El 7 de agosto del año pasado, cuando la invasión israelí del Líbano alcanzaba su cenit, el barril de petróleo marcaba su máximo histórico, 78,6 dólares. En estos cinco meses, los mercados se han calmado y el precio del crudo ha disminuido 27 dólares (un descenso del 34,3%).
Al Gobierno tampoco le interesa que baje mucho el precio de los carburantes, ya que se lleva el 52% de lo que pagan los conductores
¿Por qué no se ha trasladado la misma bajada del petróleo a las gasolinas? Las asociaciones de consumidores aseguran no tener la respuesta, pero afirman que "cuando sube el crudo, repercute rápidamente en el surtidor. Cuando baja, el usuario tarda más en notarlo".
Las compañías petroleras, por su parte, explican que las evoluciones del precio del crudo y del carburante no se pueden comparar, ya que "son dos mercados distintos".
Y ponen un ejemplo. Entre el 1 de enero y el 7 de agosto de 2006 (en plena invasión), el precio del barril de petróleo Brent, el de referencia en Europa, creció 17 dólares (un 28%). En ese mismo periodo, el litro de la sin plomo 95 sólo subió en España 14,5 céntimos (un 15%) y el litro de gasóleo A, ocho céntimos (un 8,6%). Es decir, los combustibles subieron menos que el petróleo.
Los gasolineros, víctimas
"Está claro que la materia prima, el petróleo, influye en el precio de los carburantes", explica Jose Antonio Torres, portavoz de la Confederación Española de Empresarios de Estaciones de Servicio (Ceees).
Los gasolineros aseguran que son tan víctimas como los consumidores. «En España hay tres petroleras, Repsol YPF, Cepsa y BP, que pactan e imponen los precios.
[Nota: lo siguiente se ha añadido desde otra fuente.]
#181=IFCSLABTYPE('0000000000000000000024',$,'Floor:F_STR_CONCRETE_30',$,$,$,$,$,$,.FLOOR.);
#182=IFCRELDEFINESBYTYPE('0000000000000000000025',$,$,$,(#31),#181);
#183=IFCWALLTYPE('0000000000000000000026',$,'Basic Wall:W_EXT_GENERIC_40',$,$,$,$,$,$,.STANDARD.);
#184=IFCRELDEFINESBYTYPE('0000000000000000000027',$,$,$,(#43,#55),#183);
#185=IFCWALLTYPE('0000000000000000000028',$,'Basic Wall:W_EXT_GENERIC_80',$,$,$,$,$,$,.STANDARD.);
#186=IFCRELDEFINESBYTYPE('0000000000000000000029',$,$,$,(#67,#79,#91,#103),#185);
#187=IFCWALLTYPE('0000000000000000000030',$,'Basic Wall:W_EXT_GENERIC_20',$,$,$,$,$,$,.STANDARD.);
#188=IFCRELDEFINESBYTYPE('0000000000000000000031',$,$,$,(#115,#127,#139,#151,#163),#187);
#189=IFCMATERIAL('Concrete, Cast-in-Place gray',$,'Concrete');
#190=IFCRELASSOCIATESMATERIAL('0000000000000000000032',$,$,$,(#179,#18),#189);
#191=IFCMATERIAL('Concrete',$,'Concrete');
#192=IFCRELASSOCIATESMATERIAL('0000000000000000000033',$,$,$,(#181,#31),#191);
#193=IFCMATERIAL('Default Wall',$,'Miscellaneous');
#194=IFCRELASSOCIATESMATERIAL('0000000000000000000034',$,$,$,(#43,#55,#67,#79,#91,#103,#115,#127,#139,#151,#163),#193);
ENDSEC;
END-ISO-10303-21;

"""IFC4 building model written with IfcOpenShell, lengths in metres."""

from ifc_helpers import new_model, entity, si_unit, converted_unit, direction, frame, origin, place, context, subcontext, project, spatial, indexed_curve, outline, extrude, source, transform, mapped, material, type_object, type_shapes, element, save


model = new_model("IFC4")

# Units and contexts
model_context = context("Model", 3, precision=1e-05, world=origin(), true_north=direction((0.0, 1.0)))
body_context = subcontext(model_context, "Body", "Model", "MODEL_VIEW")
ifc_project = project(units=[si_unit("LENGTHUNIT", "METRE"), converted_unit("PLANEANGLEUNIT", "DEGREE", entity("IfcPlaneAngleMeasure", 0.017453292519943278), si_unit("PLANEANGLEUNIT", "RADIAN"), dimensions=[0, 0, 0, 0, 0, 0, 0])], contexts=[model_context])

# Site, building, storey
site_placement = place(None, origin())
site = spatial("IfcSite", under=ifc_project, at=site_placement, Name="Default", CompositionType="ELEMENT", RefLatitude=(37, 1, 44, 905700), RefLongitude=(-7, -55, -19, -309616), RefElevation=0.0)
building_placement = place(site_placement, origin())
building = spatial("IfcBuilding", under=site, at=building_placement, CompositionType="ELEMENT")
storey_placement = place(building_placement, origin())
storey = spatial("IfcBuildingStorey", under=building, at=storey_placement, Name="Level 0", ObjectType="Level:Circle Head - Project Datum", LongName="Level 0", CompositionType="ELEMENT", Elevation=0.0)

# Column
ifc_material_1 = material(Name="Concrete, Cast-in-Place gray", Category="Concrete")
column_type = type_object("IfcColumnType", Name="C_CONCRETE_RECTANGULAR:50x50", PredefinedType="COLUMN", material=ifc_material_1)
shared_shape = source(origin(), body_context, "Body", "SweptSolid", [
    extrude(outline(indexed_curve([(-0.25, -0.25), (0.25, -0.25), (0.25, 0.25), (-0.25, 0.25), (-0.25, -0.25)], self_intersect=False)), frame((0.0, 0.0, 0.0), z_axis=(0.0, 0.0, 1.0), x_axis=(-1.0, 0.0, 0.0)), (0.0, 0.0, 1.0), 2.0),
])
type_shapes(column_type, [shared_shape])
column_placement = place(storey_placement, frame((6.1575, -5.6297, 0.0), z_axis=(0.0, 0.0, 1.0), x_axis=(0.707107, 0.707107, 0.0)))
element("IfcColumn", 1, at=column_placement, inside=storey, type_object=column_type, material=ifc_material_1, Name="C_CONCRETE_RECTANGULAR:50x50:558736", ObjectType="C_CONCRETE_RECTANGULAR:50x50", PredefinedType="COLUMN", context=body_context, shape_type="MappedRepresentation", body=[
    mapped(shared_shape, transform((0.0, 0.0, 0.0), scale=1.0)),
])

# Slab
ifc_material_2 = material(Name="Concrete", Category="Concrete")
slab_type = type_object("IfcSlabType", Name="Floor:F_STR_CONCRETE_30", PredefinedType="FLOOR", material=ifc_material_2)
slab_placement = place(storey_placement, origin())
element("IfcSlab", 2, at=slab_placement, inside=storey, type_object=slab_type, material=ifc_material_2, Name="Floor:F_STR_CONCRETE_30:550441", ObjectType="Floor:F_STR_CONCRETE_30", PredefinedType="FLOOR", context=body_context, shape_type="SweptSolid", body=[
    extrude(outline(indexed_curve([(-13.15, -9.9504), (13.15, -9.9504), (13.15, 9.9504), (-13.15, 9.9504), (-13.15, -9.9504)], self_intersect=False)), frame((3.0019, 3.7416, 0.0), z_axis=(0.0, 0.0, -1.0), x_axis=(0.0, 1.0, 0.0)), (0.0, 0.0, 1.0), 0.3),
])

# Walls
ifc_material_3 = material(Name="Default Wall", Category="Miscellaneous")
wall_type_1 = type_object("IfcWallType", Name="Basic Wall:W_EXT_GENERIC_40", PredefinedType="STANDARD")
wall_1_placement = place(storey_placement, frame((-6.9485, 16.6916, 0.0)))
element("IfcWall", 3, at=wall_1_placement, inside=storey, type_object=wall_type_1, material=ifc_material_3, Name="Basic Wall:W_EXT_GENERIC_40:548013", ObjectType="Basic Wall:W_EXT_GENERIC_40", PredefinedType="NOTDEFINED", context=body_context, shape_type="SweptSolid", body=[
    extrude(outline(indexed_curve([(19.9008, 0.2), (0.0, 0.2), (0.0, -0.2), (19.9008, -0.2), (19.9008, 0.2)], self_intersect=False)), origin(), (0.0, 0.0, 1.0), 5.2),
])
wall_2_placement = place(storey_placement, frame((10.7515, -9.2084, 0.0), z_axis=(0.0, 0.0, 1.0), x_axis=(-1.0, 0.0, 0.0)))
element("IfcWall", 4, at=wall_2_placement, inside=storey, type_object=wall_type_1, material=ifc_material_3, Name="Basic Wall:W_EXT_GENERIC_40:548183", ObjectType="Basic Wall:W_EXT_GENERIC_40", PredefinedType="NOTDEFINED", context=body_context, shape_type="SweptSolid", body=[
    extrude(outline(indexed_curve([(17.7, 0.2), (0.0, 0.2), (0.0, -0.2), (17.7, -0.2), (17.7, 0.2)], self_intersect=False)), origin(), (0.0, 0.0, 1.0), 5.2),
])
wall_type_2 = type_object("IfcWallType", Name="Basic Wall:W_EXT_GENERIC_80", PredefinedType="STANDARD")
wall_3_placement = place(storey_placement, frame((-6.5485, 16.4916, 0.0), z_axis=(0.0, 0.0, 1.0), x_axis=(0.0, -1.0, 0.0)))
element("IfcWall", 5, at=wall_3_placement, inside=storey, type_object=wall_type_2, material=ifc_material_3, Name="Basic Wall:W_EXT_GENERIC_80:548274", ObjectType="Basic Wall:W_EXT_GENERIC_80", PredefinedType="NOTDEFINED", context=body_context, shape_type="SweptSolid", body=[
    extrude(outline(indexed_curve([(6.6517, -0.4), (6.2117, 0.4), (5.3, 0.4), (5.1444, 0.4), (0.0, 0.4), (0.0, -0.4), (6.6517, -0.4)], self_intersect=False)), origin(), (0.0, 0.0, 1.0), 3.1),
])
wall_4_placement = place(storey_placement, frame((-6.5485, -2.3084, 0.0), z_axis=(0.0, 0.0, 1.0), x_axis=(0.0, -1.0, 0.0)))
No existe la libre competencia. Nosotros vendemos la gasolina al precio que nos dicen ellas», señala Torres.
En nuestro país hay 8.500 estaciones de servicio: 3.500 son de Repsol, 1.800 de Cepsa y unas 1.000 de BP, el 70% de todo el mercado.
"Al Gobierno tampoco le interesa que baje mucho el precio de los carburantes, ya que se lleva el 52% de lo que pagan los conductores. Las petroleras se llevan otro 42% y nosotros, sólo el 6%", concluye Torres.
Bueno para la inflación
La caída del precio de las gasolinas, sobre todo desde el verano (ya que en el primer semestre de 2006 subieron), ha permitido a la economía española afrontar con cierto desahogo uno de sus mayores lastres, la inflación. Los valores que rozaron el 4% en verano han acabado finalmente en un 2,7%. Gracias a este dato, España afronta con optimismo sus previsiones de crecimiento económico, un 3,7% para 2007.